§ WHAT TO DO: Take the lines from the beginning of the data below through the line holding "#23=IFCINDEXEDPOLYGONALFACE((5,7,8,6));" and return exactly those.

Stored items from a collection:
—————

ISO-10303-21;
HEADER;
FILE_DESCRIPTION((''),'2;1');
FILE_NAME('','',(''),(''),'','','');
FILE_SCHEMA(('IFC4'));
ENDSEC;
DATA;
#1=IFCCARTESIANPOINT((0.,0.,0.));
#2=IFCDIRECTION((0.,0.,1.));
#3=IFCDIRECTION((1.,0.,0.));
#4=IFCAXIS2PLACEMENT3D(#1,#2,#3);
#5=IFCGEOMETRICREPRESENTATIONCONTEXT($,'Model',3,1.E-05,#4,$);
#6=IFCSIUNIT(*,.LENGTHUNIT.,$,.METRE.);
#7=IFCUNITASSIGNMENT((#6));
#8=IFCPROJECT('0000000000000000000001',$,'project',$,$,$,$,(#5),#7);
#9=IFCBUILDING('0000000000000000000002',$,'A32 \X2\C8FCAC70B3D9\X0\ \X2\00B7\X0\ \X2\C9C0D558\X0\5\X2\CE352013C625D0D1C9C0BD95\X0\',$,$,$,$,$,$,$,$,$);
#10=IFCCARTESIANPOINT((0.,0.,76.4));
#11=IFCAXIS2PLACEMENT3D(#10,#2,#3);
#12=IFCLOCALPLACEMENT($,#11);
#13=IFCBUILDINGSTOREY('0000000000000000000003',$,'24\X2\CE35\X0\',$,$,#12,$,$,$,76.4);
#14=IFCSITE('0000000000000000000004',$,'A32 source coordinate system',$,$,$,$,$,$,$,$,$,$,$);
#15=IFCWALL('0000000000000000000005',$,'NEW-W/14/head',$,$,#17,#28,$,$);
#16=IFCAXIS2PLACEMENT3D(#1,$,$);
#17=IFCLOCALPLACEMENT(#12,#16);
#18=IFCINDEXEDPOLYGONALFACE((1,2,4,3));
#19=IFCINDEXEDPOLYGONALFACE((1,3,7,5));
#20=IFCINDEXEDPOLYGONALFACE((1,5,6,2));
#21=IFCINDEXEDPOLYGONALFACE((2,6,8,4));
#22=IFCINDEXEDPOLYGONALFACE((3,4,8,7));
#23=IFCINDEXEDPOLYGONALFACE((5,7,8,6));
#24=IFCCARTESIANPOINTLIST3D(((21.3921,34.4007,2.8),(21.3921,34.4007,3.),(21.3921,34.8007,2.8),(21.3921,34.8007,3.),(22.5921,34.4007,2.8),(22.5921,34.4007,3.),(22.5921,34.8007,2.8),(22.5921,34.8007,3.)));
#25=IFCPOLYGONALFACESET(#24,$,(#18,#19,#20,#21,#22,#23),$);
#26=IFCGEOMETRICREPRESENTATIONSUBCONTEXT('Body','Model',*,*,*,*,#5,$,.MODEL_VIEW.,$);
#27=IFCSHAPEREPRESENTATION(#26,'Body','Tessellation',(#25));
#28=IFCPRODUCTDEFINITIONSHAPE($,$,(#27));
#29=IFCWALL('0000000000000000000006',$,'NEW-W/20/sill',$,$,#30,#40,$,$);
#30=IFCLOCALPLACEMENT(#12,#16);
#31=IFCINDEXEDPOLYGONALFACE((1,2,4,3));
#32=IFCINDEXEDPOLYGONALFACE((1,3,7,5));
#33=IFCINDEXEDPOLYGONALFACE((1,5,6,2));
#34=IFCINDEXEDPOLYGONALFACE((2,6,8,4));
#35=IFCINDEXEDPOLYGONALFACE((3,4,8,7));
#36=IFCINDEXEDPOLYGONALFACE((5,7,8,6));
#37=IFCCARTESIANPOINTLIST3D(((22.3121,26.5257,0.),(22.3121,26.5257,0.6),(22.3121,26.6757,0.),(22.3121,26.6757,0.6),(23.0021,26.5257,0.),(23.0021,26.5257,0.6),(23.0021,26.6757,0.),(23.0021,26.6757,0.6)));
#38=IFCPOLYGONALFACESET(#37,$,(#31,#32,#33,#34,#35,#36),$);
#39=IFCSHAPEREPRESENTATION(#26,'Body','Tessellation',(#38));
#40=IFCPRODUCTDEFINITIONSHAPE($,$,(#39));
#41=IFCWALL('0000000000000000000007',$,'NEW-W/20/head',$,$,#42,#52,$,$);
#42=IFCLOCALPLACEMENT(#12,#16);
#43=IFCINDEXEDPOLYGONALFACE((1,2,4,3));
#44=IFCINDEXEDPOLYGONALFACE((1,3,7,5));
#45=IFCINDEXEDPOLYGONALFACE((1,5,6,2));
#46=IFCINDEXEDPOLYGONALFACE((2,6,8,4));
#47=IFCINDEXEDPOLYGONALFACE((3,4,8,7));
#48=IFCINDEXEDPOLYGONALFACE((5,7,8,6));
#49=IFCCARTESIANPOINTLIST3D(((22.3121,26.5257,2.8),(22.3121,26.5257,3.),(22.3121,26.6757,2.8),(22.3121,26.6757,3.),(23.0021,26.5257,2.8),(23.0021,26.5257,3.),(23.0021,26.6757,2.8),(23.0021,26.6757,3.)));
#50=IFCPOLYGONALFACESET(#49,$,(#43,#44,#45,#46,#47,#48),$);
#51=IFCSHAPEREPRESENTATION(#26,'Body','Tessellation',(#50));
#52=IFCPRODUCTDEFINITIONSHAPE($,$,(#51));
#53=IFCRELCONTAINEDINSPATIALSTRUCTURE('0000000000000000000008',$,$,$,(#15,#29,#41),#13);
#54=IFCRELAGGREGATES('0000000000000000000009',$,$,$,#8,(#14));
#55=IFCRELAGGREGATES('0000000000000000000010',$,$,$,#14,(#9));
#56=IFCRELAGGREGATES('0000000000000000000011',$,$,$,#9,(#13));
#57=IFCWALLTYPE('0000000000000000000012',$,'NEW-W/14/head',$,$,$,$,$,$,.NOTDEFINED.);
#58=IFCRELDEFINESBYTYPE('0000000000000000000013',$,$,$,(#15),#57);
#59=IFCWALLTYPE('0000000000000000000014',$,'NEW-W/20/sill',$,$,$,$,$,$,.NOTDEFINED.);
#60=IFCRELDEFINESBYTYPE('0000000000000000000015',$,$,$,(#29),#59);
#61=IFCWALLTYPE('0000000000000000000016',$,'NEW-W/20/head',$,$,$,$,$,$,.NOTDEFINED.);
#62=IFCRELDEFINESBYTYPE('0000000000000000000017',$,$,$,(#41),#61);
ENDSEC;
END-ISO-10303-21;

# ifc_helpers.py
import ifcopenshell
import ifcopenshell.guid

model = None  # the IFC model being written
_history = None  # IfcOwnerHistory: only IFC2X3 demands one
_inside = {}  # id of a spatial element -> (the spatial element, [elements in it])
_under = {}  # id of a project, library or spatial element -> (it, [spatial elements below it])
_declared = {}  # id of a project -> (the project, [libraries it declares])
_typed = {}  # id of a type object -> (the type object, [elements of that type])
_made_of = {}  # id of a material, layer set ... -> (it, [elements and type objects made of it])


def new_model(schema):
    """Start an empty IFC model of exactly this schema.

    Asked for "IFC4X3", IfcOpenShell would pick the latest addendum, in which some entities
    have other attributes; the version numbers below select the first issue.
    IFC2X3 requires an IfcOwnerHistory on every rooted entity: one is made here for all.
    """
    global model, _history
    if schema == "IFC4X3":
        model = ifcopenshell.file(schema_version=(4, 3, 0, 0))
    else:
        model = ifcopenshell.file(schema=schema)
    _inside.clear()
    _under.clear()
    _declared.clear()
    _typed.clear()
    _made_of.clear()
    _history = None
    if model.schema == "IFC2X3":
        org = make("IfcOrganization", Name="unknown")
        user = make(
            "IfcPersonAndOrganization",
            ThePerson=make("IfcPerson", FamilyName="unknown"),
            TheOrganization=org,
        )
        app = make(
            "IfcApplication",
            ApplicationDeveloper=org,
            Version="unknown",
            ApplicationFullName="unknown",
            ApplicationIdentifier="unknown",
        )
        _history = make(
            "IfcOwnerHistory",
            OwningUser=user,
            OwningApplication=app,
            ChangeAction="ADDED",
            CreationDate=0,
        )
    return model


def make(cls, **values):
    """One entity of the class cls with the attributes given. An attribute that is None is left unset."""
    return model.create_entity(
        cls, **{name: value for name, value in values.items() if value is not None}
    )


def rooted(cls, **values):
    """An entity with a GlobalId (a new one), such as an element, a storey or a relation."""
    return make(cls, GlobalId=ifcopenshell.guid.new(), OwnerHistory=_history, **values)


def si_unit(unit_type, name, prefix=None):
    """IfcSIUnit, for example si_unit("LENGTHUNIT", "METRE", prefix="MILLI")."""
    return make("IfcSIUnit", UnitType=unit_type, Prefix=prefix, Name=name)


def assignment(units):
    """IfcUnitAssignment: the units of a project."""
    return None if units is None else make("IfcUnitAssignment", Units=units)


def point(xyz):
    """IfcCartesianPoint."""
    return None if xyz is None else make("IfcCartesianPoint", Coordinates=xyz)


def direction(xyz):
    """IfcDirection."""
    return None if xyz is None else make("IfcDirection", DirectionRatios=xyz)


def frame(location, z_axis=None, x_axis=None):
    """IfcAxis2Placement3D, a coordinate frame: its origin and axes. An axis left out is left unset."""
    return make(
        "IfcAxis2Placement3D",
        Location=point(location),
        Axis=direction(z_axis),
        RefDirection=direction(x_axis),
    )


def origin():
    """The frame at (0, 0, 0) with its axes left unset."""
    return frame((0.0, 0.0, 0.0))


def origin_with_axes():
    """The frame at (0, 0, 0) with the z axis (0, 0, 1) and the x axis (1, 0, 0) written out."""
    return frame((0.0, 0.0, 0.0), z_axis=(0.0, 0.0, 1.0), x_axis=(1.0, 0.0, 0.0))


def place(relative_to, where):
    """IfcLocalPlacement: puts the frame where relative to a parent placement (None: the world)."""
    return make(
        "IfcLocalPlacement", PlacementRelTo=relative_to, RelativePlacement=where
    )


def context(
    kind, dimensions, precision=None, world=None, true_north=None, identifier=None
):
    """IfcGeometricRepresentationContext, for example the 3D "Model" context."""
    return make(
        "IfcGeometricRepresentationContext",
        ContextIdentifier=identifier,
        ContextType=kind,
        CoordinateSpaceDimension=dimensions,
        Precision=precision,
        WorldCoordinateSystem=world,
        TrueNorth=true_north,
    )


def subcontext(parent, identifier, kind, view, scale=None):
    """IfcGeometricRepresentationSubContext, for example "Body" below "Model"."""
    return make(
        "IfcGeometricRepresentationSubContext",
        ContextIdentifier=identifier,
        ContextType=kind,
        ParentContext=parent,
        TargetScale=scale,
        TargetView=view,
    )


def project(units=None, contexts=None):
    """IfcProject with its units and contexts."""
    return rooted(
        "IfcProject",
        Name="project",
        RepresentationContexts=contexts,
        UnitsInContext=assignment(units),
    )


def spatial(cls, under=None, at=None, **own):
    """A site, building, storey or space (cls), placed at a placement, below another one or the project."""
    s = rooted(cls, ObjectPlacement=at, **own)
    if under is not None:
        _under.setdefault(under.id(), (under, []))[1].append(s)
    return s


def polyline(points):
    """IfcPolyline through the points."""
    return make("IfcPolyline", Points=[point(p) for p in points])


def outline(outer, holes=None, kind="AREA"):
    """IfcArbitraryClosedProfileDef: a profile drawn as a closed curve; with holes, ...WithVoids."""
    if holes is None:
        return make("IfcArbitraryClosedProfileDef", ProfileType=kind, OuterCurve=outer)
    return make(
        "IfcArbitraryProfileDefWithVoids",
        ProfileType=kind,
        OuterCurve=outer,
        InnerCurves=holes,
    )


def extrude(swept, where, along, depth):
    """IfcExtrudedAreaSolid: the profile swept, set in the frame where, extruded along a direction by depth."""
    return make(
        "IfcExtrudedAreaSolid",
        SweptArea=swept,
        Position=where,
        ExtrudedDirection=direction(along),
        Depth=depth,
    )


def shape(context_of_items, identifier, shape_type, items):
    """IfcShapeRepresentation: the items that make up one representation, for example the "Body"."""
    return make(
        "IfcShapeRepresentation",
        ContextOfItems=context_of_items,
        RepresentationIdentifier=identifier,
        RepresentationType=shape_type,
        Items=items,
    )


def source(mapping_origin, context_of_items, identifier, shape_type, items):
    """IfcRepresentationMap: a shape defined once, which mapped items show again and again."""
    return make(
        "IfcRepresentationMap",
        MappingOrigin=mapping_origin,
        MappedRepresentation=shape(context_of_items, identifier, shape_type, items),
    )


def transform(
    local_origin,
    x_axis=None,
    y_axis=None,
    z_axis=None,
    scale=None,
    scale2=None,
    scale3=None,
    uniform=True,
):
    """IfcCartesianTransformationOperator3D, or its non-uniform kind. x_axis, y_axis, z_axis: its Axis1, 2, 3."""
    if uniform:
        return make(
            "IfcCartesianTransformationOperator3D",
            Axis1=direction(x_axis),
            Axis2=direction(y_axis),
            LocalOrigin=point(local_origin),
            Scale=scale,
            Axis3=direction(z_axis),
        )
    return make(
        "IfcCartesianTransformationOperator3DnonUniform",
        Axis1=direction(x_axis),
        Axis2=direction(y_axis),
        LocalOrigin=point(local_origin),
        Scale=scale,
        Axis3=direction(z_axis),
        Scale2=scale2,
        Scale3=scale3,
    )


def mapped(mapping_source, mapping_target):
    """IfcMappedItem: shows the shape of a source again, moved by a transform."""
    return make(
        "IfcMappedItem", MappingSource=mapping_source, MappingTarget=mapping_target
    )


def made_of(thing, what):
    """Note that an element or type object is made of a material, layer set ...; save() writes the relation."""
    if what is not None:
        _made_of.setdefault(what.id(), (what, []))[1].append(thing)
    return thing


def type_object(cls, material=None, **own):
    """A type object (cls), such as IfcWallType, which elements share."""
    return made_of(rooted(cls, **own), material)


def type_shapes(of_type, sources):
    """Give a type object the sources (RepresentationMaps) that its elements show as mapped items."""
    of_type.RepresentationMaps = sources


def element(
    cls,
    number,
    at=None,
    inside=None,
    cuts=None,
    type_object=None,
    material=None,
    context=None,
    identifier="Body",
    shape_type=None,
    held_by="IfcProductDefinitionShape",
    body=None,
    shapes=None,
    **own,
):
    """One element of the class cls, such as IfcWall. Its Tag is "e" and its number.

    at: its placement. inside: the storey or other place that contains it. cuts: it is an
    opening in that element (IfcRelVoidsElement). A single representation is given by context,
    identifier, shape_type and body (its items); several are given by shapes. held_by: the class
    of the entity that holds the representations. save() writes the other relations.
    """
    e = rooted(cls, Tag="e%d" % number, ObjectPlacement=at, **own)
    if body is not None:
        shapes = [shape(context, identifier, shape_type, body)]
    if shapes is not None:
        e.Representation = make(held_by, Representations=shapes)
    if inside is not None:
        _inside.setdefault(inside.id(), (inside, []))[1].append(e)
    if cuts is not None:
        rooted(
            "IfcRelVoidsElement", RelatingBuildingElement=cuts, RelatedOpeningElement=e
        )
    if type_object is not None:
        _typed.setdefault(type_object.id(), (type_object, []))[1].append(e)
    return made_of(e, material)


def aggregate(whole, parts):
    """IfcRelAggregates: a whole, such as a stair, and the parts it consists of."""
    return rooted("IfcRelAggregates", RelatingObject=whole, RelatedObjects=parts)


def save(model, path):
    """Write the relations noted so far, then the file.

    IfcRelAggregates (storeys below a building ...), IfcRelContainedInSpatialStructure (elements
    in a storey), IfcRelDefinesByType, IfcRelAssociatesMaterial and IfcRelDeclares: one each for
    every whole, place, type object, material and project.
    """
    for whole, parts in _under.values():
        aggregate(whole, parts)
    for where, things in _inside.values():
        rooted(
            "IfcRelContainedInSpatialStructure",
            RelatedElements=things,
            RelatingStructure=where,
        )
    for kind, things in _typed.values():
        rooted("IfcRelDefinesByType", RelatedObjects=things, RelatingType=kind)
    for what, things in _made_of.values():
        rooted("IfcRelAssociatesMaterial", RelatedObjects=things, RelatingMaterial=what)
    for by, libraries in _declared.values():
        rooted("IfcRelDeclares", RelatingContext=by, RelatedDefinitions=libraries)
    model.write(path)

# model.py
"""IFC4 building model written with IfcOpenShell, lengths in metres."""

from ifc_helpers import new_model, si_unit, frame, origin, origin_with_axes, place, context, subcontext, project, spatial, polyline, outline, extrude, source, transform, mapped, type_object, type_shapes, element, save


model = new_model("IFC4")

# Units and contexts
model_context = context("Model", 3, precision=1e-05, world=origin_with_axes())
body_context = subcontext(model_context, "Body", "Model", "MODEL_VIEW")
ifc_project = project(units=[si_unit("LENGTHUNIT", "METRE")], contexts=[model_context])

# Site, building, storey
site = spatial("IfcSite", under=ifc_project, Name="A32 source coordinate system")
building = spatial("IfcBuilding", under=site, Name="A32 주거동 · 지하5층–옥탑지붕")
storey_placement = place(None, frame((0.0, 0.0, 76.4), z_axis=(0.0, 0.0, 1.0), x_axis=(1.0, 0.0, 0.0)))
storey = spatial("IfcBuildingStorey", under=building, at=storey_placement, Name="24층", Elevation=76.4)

—————

§ WRITTEN SOLUTION:
ISO-10303-21;
HEADER;
FILE_DESCRIPTION((''),'2;1');
FILE_NAME('','',(''),(''),'','','');
FILE_SCHEMA(('IFC4'));
ENDSEC;
DATA;
#1=IFCCARTESIANPOINT((0.,0.,0.));
#2=IFCDIRECTION((0.,0.,1.));
#3=IFCDIRECTION((1.,0.,0.));
#4=IFCAXIS2PLACEMENT3D(#1,#2,#3);
#5=IFCGEOMETRICREPRESENTATIONCONTEXT($,'Model',3,1.E-05,#4,$);
#6=IFCSIUNIT(*,.LENGTHUNIT.,$,.METRE.);
#7=IFCUNITASSIGNMENT((#6));
#8=IFCPROJECT('0000000000000000000001',$,'project',$,$,$,$,(#5),#7);
#9=IFCBUILDING('0000000000000000000002',$,'A32 \X2\C8FCAC70B3D9\X0\ \X2\00B7\X0\ \X2\C9C0D558\X0\5\X2\CE352013C625D0D1C9C0BD95\X0\',$,$,$,$,$,$,$,$,$);
#10=IFCCARTESIANPOINT((0.,0.,76.4));
#11=IFCAXIS2PLACEMENT3D(#10,#2,#3);
#12=IFCLOCALPLACEMENT($,#11);
#13=IFCBUILDINGSTOREY('0000000000000000000003',$,'24\X2\CE35\X0\',$,$,#12,$,$,$,76.4);
#14=IFCSITE('0000000000000000000004',$,'A32 source coordinate system',$,$,$,$,$,$,$,$,$,$,$);
#15=IFCWALL('0000000000000000000005',$,'NEW-W/14/head',$,$,#17,#28,$,$);
#16=IFCAXIS2PLACEMENT3D(#1,$,$);
#17=IFCLOCALPLACEMENT(#12,#16);
#18=IFCINDEXEDPOLYGONALFACE((1,2,4,3));
#19=IFCINDEXEDPOLYGONALFACE((1,3,7,5));
#20=IFCINDEXEDPOLYGONALFACE((1,5,6,2));
#21=IFCINDEXEDPOLYGONALFACE((2,6,8,4));
#22=IFCINDEXEDPOLYGONALFACE((3,4,8,7));
#23=IFCINDEXEDPOLYGONALFACE((5,7,8,6));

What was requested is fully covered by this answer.